Have a good one everybody,
Louis


----------



## timor (Feb 28, 2018)

Hi.
Zenit E.Most basic slr. Actually built on the base of Zorki, Russian copy of Leica.
Light meter doesn't work ? Most likely selenium is spent. Get hand held meter. Best and not to expensive used one would be Sekonic Studio Deluxe. No batteries and simple to use (however it looks complicated, it is not ). I use it in incident light mode, quick and reliable. Hollywood is using it even now, for shooting digital movies.
Light Meters Quick Guide - Help Wiki
Lens. Pentagon might be faulty. Glass is not bad, but the housing and mechanisms in it are seldom withstanding test of time. I would need to see it. But anyway, if I remember well Zenit E doesn't have automatic diaphragm. You will need to use so called preset lens like Helios 44-2, or, did you check, if your Pentacon closes the aperture blades in manual mode ? If so, you can use it. It is a bit of pain first to focus on open aperture, than close aperture than aim and compose again, but, hey, welcome to Zenit E world.


----------



## espresso2x (Feb 28, 2018)

Louis check the A/M switch on the 50 is set to M(anual) iris.


----------



## espresso2x (Feb 28, 2018)

Pentacon 1.8/50 MC is good optics - Meyer Oreston rebadged   with multi coatings.



LouisRG said:


> Any help at all is greatly appreciated, including general tips for film photography - I'm completely new.



Sunny 16: Sunny 16 rule - Wikipedia

Exposure triangle: The Exposure Triangle: Understanding How Aperture, Shutter Speed, and ISO Work Together


----------



## vintagesnaps (Feb 28, 2018)

That's what I was going to suggest, get a hand held meter or try the Sunny 16 method. If the selenium meter isn't working I don't think it can be fixed. It would most likely not be worth putting money into it anyway.

Did you put the lens on the camera and look thru it?
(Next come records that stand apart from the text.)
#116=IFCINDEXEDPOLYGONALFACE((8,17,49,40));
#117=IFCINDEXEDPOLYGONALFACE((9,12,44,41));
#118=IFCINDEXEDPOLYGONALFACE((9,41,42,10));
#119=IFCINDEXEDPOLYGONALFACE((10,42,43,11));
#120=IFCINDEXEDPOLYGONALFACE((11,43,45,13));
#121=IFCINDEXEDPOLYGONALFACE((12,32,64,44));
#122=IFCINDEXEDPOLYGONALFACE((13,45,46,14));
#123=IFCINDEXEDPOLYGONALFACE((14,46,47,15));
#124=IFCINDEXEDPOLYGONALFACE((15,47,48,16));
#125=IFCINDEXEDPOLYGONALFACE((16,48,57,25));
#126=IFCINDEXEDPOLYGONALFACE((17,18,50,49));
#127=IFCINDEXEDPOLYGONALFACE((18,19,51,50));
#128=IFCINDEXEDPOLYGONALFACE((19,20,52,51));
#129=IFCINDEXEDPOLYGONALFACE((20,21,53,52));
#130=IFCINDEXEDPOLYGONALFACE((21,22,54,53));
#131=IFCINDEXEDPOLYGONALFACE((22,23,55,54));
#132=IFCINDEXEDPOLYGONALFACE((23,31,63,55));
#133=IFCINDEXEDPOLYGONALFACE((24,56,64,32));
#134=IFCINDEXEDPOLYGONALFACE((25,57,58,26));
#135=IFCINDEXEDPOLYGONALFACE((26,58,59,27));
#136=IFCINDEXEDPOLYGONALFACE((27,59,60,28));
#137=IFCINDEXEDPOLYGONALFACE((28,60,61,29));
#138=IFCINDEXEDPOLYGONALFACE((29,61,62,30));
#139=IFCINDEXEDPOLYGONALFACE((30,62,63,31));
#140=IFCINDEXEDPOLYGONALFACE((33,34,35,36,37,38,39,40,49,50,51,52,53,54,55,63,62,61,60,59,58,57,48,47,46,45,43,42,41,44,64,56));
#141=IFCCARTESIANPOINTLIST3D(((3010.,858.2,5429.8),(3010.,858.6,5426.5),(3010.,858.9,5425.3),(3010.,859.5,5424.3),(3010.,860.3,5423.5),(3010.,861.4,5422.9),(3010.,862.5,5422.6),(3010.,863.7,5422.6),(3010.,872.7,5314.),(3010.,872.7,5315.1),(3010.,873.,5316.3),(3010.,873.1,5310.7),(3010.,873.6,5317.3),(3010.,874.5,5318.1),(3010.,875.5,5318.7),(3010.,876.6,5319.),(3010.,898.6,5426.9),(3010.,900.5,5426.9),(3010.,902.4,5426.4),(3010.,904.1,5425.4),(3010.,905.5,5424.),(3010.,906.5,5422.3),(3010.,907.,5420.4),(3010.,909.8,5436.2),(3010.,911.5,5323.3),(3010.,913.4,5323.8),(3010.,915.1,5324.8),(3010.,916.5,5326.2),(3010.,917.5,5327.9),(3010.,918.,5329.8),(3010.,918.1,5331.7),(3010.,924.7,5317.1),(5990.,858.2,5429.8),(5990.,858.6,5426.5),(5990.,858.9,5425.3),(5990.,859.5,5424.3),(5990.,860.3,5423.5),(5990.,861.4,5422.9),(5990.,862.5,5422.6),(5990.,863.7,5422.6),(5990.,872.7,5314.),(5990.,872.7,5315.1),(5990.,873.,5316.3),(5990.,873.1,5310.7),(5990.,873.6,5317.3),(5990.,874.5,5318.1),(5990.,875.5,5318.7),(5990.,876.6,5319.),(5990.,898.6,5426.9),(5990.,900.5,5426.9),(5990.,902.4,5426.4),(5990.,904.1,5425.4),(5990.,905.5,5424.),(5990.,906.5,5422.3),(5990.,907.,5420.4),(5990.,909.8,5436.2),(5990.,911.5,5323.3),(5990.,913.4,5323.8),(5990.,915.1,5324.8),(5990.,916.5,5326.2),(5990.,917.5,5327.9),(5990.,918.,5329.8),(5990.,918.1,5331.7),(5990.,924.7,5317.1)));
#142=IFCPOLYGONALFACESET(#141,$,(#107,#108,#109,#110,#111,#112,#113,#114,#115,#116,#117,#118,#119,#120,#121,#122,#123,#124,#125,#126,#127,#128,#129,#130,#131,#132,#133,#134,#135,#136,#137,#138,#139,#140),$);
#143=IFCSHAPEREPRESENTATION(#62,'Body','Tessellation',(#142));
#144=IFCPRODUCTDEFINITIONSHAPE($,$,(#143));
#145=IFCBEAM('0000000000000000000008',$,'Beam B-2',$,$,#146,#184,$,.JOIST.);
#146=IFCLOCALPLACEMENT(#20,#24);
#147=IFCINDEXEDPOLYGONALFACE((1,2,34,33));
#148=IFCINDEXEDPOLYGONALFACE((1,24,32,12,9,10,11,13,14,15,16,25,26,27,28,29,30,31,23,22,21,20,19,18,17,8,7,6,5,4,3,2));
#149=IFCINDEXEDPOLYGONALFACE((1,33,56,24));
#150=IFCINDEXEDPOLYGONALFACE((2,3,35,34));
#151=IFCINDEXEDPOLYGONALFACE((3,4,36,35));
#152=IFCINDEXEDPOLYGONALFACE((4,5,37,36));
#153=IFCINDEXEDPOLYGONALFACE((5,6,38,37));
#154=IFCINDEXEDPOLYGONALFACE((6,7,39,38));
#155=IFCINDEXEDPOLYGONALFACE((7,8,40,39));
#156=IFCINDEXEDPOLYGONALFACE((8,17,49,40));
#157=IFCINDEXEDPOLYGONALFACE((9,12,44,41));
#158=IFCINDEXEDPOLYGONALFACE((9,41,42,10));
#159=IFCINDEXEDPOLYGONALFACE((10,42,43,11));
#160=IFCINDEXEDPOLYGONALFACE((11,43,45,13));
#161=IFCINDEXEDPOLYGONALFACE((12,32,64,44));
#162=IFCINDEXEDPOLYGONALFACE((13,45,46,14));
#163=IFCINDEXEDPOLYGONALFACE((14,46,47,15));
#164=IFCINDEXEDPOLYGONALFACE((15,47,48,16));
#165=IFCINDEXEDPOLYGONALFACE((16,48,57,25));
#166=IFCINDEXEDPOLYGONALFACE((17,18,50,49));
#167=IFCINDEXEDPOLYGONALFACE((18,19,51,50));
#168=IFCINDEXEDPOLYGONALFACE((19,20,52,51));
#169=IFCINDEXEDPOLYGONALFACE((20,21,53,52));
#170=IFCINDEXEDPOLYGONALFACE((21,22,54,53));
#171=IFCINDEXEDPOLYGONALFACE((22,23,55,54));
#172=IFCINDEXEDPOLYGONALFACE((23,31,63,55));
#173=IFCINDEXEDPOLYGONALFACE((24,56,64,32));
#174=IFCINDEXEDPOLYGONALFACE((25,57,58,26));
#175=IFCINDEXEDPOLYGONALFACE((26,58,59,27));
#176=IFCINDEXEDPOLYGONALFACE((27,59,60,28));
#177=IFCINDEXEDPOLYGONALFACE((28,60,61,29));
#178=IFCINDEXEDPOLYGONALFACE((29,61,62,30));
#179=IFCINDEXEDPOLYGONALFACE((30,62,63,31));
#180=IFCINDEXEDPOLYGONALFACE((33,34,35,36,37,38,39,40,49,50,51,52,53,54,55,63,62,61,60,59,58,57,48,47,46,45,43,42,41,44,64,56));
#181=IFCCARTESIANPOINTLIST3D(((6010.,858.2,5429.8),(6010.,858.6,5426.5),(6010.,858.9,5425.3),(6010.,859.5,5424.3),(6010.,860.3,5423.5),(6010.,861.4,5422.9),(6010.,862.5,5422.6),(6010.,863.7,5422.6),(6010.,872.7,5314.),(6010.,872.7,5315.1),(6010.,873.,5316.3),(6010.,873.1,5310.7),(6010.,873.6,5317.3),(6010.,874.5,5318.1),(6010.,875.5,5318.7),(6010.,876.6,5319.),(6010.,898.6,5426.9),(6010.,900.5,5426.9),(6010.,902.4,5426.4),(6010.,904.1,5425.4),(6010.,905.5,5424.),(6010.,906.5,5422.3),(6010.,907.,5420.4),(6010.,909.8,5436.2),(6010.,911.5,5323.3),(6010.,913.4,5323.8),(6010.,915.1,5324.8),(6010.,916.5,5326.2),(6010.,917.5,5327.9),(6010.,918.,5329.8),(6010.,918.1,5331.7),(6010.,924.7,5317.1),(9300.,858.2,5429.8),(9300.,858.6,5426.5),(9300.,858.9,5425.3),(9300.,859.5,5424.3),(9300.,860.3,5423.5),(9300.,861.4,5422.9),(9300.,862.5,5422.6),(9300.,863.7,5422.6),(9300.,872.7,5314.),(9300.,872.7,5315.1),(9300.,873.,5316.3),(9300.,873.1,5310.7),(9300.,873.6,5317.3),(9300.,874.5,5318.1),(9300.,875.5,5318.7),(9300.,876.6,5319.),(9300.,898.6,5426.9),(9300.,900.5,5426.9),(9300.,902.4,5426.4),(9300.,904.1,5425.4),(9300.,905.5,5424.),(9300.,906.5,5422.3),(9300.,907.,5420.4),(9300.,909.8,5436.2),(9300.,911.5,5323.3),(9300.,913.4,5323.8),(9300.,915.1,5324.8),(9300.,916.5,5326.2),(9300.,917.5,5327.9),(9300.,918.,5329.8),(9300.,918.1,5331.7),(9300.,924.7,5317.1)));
Play with it a little, advance imaginary film, and take imaginary pictures lol - before you put film in it. Seems like that ought to be a decent lens if you can make sure it's working. 

Since you now have film, I'd think about running a test roll thru it before I gave up on it. If nothing else it could be an interesting piece of shelf art. I have vintage cameras that are just cool looking and were cheap so they're just for display.


----------



## LouisRG (Mar 1, 2018)

espresso2x said:


> Louis check the A/M switch on the 50 is set to M(anual) iris.


It's definitely set to M, and when I go to change the aperture, looking through the lens, nothing is moving at all - I'm pretty sure it's spent.


----------



## LouisRG (Mar 1, 2018)

timor said:


> Hi.
> Zenit E.Most basic slr. Actually built on the base of Zorki, Russian copy of Leica.
> Light meter doesn't work ? Most likely selenium is spent. Get hand held meter. Best and not to expensive used one would be Sekonic Studio Deluxe. No batteries and simple to use (however it looks complicated, it is not ). I use it in incident light mode, quick and reliable. Hollywood is using it even now, for shooting digital movies.
> Light Meters Quick Guide - Help Wiki
> Lens. Pentagon might be faulty. Glass is not bad, but the housing and mechanisms in it are seldom withstanding test of time. I would need to see it. But anyway, if I remember well Zenit E doesn't have automatic diaphragm. You will need to use so called preset lens like Helios 44-2, or, did you check, if your Pentacon closes the aperture blades in manual mode ? If so, you can use it. It is a bit of pain first to focus on open aperture, than close aperture than aim and compose again, but, hey, welcome to Zenit E world.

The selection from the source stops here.